Mutmaßlicher Giftgaseinsatz: USA drohen einseitige Maßnahmen gegen Syrien an
Der UN-Sicherheitsrat findet keine gemeinsame Antwort auf den Einsatz von Giftgas in Syrien. Die USA ändern ihre Haltung zur syrischen Regierung. Präsident Trump sieht "Linien überschritten".
Einen Tag nach dem Tod Dutzender Menschen, darunter viele Kinder, durch einen mutmaßlichen Giftgaseinsatz in der syrischen Provinz Idlib schwinden die Chancen, dass die Weltgemeinschaft zu einer geschlossenen Haltung findet und das Kriegsverbrechen ahndet. Die Vetomacht Russland lehnte am Mittwoch den Entwurf der USA, Großbritanniens und Frankreichs für eine UN-Resolution zu dem Angriff ab, der eine Untersuchung fordert. Der Entwurf sei „grundsätzlich unannehmbar“, erklärte das Außenministerium. Er greife den Ergebnissen von Ermittlungen voraus und benenne schon jetzt „die Schuldigen“.
Die USA drohten ihrerseits mit einseitigen Schritten, sollte sich der UN-Sicherheitsrat nicht auf eine gemeinsame Reaktion verständigen. „Wenn die Vereinten Nationen fortlaufend ihre Pflicht zum kollektiven Handeln verletzen, dann sind wir gezwungen, unsere eigenen Maßnahmen zu ergreifen“, sagte die UN-Botschafterin der USA, Nikki Haley, am Dienstag. US-Präsident Donald Trump warf der syrischen Regierung derweil vor, Grenzen überschritten zu haben. „Für mich sind damit eine Reihe von Linien überschritten worden“, sagte er.
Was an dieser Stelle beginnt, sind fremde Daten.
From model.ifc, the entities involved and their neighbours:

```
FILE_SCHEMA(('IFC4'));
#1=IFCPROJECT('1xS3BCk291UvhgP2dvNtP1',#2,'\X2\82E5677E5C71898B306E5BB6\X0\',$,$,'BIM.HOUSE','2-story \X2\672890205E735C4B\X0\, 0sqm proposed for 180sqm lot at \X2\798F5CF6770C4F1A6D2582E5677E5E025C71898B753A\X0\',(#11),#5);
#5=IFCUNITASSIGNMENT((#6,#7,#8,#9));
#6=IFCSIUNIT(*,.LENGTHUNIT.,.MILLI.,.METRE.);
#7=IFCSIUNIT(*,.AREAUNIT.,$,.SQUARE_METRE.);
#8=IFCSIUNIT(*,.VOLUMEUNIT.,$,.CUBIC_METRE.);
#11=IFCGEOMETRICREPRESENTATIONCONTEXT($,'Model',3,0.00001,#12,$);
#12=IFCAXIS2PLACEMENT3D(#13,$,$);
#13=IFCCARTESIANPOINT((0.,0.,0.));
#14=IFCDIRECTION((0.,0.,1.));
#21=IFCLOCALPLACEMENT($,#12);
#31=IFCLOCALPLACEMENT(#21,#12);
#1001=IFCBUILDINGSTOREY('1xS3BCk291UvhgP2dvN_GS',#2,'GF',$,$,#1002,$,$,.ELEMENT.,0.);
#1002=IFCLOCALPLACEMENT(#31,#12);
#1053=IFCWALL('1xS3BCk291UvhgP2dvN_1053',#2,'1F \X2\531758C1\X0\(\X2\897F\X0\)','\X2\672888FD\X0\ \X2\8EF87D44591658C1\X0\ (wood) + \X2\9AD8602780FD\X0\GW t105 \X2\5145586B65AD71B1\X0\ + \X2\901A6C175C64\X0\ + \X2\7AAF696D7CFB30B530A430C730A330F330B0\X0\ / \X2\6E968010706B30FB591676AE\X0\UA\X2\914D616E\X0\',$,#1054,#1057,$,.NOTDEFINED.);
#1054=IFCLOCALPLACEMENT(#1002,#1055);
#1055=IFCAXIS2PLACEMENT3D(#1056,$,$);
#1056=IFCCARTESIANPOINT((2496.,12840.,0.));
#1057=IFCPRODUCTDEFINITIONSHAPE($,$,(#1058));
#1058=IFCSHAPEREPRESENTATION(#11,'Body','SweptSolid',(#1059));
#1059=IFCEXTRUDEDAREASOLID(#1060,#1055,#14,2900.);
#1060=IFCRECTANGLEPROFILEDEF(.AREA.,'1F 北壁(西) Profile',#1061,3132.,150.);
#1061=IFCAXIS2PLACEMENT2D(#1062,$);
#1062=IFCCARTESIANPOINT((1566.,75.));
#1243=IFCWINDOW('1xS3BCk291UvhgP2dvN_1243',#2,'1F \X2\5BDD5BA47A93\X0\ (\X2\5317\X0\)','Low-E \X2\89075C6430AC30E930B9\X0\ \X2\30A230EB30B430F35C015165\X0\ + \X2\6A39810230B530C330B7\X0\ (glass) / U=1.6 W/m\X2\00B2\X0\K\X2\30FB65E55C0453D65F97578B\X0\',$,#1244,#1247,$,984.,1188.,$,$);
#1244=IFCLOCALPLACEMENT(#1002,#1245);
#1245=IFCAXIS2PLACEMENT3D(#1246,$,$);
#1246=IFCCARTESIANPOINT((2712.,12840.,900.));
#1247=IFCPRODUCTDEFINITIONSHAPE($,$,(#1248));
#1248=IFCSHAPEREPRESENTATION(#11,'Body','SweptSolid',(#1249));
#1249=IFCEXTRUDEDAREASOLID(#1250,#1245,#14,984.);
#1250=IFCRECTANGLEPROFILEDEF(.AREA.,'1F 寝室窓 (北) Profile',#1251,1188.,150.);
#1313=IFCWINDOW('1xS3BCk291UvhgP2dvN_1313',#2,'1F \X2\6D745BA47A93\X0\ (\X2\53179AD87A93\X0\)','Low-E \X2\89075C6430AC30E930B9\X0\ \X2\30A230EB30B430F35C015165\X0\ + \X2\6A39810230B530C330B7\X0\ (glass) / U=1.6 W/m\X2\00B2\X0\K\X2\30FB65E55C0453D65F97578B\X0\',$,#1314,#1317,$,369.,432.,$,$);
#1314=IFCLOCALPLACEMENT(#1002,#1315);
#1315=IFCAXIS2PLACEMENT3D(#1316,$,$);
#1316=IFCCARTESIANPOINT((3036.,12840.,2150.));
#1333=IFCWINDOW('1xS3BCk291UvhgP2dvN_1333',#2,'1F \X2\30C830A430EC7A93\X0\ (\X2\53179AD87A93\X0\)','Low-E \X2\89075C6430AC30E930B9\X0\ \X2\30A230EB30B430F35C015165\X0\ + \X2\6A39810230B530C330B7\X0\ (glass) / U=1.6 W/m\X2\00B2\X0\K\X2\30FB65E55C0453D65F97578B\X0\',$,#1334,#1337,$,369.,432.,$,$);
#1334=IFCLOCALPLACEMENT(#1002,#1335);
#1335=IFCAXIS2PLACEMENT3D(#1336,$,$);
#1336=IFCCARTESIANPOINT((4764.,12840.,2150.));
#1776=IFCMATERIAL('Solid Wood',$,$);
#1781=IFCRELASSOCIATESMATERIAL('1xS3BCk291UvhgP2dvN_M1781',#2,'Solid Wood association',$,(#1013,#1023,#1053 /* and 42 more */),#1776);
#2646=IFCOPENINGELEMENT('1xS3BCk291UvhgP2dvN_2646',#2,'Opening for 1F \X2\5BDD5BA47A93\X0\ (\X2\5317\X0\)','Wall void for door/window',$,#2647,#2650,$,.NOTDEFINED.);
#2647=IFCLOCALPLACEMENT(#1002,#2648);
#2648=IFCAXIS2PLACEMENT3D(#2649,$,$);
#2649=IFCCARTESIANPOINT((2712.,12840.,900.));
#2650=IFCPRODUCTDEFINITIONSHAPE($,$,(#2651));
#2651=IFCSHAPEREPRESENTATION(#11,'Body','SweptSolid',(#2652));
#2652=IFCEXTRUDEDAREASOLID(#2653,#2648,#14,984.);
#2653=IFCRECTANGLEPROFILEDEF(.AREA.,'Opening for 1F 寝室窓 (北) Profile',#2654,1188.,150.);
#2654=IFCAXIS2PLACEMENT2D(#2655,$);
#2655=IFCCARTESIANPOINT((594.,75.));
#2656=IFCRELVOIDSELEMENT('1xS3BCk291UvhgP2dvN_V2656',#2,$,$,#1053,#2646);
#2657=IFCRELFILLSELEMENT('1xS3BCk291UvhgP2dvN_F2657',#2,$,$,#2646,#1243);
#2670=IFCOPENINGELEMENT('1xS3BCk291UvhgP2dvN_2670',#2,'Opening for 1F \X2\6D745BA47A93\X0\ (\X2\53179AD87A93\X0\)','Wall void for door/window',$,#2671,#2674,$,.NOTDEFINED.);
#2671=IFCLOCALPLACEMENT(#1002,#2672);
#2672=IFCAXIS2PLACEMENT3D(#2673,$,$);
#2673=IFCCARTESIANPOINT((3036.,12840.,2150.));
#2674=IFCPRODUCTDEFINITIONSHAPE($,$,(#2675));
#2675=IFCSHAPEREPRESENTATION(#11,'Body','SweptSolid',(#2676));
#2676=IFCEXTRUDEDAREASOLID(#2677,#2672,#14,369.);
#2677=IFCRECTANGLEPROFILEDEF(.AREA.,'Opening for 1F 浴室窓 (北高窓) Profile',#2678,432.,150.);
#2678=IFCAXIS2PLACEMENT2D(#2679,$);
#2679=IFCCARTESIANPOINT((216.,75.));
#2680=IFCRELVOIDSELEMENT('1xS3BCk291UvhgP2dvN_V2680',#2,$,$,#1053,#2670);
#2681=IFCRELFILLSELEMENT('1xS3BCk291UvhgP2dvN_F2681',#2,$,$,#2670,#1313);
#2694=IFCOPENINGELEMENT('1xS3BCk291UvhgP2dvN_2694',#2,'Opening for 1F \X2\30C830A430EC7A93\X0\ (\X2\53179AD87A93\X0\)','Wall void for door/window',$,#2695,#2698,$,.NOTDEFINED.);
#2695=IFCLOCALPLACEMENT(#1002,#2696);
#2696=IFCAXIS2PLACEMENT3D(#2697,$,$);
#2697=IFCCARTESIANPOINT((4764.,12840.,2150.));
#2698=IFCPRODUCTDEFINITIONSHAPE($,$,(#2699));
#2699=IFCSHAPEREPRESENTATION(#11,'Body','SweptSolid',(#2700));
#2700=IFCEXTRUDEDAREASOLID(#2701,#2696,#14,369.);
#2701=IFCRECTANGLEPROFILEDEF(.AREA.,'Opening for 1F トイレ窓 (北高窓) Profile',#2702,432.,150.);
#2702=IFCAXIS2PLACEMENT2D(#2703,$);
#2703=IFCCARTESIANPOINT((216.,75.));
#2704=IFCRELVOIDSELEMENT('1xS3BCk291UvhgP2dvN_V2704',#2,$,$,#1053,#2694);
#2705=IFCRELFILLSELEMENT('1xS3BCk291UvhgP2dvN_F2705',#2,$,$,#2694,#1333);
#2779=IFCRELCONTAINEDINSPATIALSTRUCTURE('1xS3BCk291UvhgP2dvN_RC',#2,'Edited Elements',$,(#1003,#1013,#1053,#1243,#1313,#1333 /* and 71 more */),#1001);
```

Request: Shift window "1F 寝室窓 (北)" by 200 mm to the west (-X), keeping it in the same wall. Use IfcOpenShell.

```python
import ifcopenshell
import ifcopenshell.api.geometry
import ifcopenshell.util.placement
import ifcopenshell.util.unit

model = ifcopenshell.open("model.ifc")
unit_scale = ifcopenshell.util.unit.calculate_unit_scale(model)

window = model.by_guid("1xS3BCk291UvhgP2dvN_1243")
opening = window.FillsVoids[0].RelatingOpeningElement
wall = opening.VoidsElements[0].RelatingBuildingElement

wall_matrix = ifcopenshell.util.placement.get_local_placement(wall.ObjectPlacement)
shift = wall_matrix[:3, 0] * -0.2 / unit_scale
before = ifcopenshell.util.placement.get_local_placement(window.ObjectPlacement)[:3, 3].copy()

# The window is not placed relative to its opening, so move both.
for product in (opening, window):
    matrix = ifcopenshell.util.placement.get_local_placement(product.ObjectPlacement)
    matrix[:3, 3] += shift
    ifcopenshell.api.geometry.edit_object_placement(model, product=product, matrix=matrix, is_si=False)

after = ifcopenshell.util.placement.get_local_placement(window.ObjectPlacement)[:3, 3]
print("window moved by", (after - before).round(3) + 0.0)

model.write("model_rev.ifc")
```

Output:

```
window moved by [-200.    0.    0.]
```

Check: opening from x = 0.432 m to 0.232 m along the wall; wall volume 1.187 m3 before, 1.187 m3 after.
Trump erklärte, Einstellung zu Assad habe sich verändert
Trump und Haley ließen indes offen, ob und welche Konsequenzen nun folgen würden. Trump erklärte aber, seine Einstellung zu Assad habe sich verändert. Die syrische Regierung werde „auf jeden Fall“ ein Zeichen erhalten. Dieser „Affront gegen die Menschlichkeit des Assad-Regimes kann nicht toleriert werden“, sagte Trump. Der Angriff am Dienstag auch auf Frauen, Kinder und Babys sei entsetzlich und furchtbar.
"Unserer Ansicht nach gibt es keinen Zweifel daran, dass das syrische Regime unter der Führung von Baschar al-Assad für diesen schrecklichen Angriff verantwortlich ist", sagte US-Außenminister Rex Tillerson am Mittwochabend vor Journalisten in Washington. Es sei "höchste Zeit für die Russen, ihre anhaltende Unterstützung für das Assad-Regime" zu überdenken. Tillerson reist kommende Woche zu Gesprächen nach Moskau. Im Wahlkampf hatte Trump eine deutliche Verbesserung der Beziehungen zu Russland angekündigt.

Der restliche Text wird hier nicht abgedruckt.